* [Work required]: Comb the records below for the string "Body" and copy each line where it turns up.

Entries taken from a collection

=-=-=

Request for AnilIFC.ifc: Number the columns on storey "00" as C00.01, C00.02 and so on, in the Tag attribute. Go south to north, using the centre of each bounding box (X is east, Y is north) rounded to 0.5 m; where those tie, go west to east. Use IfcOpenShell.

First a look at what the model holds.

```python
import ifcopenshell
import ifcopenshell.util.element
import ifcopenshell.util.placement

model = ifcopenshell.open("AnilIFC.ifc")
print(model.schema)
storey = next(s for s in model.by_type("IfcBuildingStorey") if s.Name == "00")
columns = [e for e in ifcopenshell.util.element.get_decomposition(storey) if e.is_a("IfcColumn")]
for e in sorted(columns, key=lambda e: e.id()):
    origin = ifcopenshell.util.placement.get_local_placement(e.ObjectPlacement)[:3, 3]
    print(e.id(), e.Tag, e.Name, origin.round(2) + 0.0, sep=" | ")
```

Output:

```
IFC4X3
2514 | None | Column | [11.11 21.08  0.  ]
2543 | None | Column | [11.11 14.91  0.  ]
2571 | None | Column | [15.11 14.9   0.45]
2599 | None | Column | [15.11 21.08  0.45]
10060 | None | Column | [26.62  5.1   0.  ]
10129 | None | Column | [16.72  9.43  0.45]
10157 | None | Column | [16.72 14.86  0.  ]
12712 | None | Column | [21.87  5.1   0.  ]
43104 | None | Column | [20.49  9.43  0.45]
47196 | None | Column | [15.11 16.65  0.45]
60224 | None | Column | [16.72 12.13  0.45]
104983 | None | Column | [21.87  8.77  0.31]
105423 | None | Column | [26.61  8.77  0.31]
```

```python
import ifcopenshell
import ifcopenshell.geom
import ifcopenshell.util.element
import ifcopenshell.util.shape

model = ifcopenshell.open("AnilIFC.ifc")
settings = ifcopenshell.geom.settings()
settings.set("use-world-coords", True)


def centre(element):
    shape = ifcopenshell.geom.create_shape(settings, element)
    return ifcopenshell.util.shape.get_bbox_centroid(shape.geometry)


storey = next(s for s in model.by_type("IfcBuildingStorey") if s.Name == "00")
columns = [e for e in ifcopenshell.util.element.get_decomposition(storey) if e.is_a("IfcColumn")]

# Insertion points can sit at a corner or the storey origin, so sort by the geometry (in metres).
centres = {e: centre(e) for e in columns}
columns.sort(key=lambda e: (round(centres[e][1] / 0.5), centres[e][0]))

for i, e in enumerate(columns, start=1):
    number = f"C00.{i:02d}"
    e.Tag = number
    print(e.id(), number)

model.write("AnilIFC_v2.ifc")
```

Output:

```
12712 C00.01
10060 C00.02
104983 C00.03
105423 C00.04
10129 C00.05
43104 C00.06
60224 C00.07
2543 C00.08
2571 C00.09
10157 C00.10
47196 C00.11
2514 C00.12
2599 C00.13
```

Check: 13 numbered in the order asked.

=-=-=

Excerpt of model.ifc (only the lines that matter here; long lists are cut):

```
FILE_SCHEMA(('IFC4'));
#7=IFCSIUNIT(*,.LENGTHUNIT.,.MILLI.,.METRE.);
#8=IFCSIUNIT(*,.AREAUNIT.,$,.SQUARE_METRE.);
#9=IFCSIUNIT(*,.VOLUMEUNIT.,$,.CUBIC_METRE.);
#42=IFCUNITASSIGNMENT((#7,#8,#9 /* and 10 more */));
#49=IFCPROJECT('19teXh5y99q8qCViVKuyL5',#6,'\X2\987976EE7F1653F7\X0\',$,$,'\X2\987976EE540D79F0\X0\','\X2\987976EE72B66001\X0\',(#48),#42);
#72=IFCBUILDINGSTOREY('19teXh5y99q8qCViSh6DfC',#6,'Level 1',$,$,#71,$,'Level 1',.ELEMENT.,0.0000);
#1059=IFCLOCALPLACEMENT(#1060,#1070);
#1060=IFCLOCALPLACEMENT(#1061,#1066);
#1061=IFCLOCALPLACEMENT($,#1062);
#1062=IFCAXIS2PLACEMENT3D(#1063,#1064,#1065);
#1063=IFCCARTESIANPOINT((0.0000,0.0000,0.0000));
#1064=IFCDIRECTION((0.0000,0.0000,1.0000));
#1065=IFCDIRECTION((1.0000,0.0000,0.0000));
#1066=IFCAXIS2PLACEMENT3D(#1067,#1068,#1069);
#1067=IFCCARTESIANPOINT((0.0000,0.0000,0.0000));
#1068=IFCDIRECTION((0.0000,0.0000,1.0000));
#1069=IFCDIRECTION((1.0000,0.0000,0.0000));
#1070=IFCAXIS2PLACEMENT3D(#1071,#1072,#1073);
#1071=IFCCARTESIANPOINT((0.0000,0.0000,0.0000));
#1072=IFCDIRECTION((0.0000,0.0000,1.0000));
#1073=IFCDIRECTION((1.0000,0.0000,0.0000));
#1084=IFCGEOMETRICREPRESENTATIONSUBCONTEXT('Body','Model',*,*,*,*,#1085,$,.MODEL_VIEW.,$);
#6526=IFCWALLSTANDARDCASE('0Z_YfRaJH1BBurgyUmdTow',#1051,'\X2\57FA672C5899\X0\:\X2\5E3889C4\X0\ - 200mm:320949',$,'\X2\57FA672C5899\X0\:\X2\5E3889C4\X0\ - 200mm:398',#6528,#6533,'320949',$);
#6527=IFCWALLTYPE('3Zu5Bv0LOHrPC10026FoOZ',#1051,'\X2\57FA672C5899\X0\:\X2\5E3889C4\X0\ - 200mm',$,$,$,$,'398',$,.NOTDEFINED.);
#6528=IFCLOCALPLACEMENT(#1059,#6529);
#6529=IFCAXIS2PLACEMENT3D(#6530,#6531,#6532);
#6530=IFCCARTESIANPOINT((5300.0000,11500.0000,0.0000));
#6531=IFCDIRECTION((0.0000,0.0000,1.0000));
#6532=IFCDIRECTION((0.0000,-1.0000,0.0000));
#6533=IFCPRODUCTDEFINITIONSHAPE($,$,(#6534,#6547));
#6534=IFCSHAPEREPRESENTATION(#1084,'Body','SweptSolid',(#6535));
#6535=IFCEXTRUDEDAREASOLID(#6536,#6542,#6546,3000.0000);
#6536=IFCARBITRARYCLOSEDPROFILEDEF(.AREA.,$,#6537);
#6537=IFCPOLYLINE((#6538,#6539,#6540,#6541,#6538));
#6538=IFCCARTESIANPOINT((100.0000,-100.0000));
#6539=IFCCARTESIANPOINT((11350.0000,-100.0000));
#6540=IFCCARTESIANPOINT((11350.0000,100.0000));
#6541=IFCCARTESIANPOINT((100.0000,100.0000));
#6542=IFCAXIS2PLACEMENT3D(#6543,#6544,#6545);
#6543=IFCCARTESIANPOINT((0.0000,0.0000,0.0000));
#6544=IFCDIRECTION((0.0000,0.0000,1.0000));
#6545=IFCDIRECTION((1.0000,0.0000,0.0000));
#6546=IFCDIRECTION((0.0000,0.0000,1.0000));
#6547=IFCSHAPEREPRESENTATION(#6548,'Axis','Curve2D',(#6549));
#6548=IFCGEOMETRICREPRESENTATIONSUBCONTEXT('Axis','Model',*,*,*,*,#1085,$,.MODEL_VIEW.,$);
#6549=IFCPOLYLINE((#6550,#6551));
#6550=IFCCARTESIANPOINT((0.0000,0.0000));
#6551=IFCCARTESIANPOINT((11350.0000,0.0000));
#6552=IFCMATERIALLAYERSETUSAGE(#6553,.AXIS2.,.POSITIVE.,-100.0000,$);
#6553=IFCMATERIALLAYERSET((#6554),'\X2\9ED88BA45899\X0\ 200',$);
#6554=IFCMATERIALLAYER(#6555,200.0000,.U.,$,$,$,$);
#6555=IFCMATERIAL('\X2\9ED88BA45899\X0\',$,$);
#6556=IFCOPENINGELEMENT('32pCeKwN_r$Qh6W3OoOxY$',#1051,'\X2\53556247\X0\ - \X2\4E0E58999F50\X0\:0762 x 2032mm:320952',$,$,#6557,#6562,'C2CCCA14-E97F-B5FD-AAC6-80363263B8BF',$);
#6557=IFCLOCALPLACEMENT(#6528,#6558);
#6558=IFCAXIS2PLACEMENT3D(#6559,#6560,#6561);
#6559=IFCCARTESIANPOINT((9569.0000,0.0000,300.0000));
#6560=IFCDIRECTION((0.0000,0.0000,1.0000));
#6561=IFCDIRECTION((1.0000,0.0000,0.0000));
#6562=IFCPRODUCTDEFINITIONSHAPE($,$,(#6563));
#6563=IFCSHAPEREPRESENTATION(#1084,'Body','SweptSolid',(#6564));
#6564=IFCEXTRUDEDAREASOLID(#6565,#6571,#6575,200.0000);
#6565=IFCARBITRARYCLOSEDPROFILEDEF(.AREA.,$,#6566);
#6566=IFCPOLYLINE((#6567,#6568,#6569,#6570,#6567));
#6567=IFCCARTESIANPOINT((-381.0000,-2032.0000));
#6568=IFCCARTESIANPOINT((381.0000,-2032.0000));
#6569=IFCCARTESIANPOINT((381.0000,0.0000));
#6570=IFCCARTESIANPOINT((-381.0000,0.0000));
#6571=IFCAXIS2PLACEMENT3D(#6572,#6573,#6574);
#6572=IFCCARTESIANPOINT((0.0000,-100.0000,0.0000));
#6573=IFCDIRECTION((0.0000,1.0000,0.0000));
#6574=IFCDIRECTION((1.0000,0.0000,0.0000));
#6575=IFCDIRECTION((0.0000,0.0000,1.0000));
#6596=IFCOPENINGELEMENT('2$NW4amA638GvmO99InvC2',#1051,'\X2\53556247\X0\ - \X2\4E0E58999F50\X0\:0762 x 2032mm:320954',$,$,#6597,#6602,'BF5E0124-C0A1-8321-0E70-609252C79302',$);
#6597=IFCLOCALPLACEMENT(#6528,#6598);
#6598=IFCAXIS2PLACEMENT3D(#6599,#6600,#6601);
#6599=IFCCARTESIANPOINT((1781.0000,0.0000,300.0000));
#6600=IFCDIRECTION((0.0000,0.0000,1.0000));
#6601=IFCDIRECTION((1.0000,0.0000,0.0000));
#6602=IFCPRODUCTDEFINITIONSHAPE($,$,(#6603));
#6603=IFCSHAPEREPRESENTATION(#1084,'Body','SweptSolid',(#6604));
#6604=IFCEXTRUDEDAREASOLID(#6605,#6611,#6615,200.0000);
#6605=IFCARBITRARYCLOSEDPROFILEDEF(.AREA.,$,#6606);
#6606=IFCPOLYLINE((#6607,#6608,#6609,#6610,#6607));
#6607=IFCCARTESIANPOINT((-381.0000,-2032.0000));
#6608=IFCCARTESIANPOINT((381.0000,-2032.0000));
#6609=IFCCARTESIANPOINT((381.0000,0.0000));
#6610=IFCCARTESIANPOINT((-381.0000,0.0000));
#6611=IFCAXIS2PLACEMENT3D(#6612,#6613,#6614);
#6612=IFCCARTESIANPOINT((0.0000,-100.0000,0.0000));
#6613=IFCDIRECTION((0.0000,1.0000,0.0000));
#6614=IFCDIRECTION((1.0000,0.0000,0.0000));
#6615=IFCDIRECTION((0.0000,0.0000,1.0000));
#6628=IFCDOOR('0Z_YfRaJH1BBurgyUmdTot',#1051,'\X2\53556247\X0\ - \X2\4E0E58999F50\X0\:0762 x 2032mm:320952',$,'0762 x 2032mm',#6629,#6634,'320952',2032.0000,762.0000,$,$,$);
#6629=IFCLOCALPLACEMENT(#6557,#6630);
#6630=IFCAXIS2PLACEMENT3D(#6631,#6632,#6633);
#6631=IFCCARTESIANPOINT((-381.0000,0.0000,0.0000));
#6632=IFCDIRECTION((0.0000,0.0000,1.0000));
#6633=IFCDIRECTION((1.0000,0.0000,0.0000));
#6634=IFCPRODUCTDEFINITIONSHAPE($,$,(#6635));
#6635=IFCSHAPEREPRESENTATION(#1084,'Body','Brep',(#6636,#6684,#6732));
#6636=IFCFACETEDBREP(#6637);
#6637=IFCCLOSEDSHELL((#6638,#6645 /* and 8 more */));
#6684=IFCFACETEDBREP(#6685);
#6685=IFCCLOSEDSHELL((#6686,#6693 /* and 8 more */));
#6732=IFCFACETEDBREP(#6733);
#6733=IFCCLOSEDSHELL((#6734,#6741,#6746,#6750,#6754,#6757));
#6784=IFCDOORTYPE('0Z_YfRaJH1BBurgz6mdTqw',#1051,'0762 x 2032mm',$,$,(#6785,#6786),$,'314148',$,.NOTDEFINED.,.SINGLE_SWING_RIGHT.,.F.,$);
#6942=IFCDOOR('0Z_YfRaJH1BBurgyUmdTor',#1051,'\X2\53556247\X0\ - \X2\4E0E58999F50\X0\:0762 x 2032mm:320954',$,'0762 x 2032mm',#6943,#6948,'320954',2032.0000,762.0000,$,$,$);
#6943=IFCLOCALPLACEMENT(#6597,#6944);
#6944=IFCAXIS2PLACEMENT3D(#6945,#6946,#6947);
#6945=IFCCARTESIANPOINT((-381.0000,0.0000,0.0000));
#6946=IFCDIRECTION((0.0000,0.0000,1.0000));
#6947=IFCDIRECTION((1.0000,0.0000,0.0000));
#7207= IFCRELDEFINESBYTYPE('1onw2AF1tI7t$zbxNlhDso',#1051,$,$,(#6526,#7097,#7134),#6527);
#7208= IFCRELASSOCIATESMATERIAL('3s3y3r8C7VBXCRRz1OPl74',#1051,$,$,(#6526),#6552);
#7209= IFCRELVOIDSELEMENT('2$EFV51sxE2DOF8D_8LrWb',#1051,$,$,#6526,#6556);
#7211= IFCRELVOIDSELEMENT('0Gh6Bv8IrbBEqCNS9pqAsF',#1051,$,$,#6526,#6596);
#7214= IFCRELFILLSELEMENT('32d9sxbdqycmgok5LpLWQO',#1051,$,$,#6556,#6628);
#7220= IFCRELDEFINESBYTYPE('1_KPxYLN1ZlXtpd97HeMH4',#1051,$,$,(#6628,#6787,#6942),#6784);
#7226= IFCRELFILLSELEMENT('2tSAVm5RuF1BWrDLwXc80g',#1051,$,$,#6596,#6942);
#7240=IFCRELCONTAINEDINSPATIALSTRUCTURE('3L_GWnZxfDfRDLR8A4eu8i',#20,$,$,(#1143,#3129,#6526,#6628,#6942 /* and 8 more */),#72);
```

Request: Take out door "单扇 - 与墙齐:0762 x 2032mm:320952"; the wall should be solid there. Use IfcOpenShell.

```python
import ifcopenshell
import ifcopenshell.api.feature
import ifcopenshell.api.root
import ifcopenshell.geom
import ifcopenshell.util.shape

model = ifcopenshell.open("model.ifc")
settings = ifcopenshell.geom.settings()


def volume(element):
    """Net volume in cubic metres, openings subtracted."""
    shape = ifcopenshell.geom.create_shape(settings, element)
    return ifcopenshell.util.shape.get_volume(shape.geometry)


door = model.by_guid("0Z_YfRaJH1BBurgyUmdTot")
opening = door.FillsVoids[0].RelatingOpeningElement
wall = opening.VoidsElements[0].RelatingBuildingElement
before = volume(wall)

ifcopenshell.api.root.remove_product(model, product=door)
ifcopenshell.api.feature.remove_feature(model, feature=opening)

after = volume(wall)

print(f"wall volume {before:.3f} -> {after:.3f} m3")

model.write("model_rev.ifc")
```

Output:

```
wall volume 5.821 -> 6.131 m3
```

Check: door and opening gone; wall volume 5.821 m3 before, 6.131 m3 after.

=-=-=

* [Response for this exercise]:
#1084=IFCGEOMETRICREPRESENTATIONSUBCONTEXT('Body','Model',*,*,*,*,#1085,$,.MODEL_VIEW.,$);
#6534=IFCSHAPEREPRESENTATION(#1084,'Body','SweptSolid',(#6535));
#6563=IFCSHAPEREPRESENTATION(#1084,'Body','SweptSolid',(#6564));
#6603=IFCSHAPEREPRESENTATION(#1084,'Body','SweptSolid',(#6604));
#6635=IFCSHAPEREPRESENTATION(#1084,'Body','Brep',(#6636,#6684,#6732));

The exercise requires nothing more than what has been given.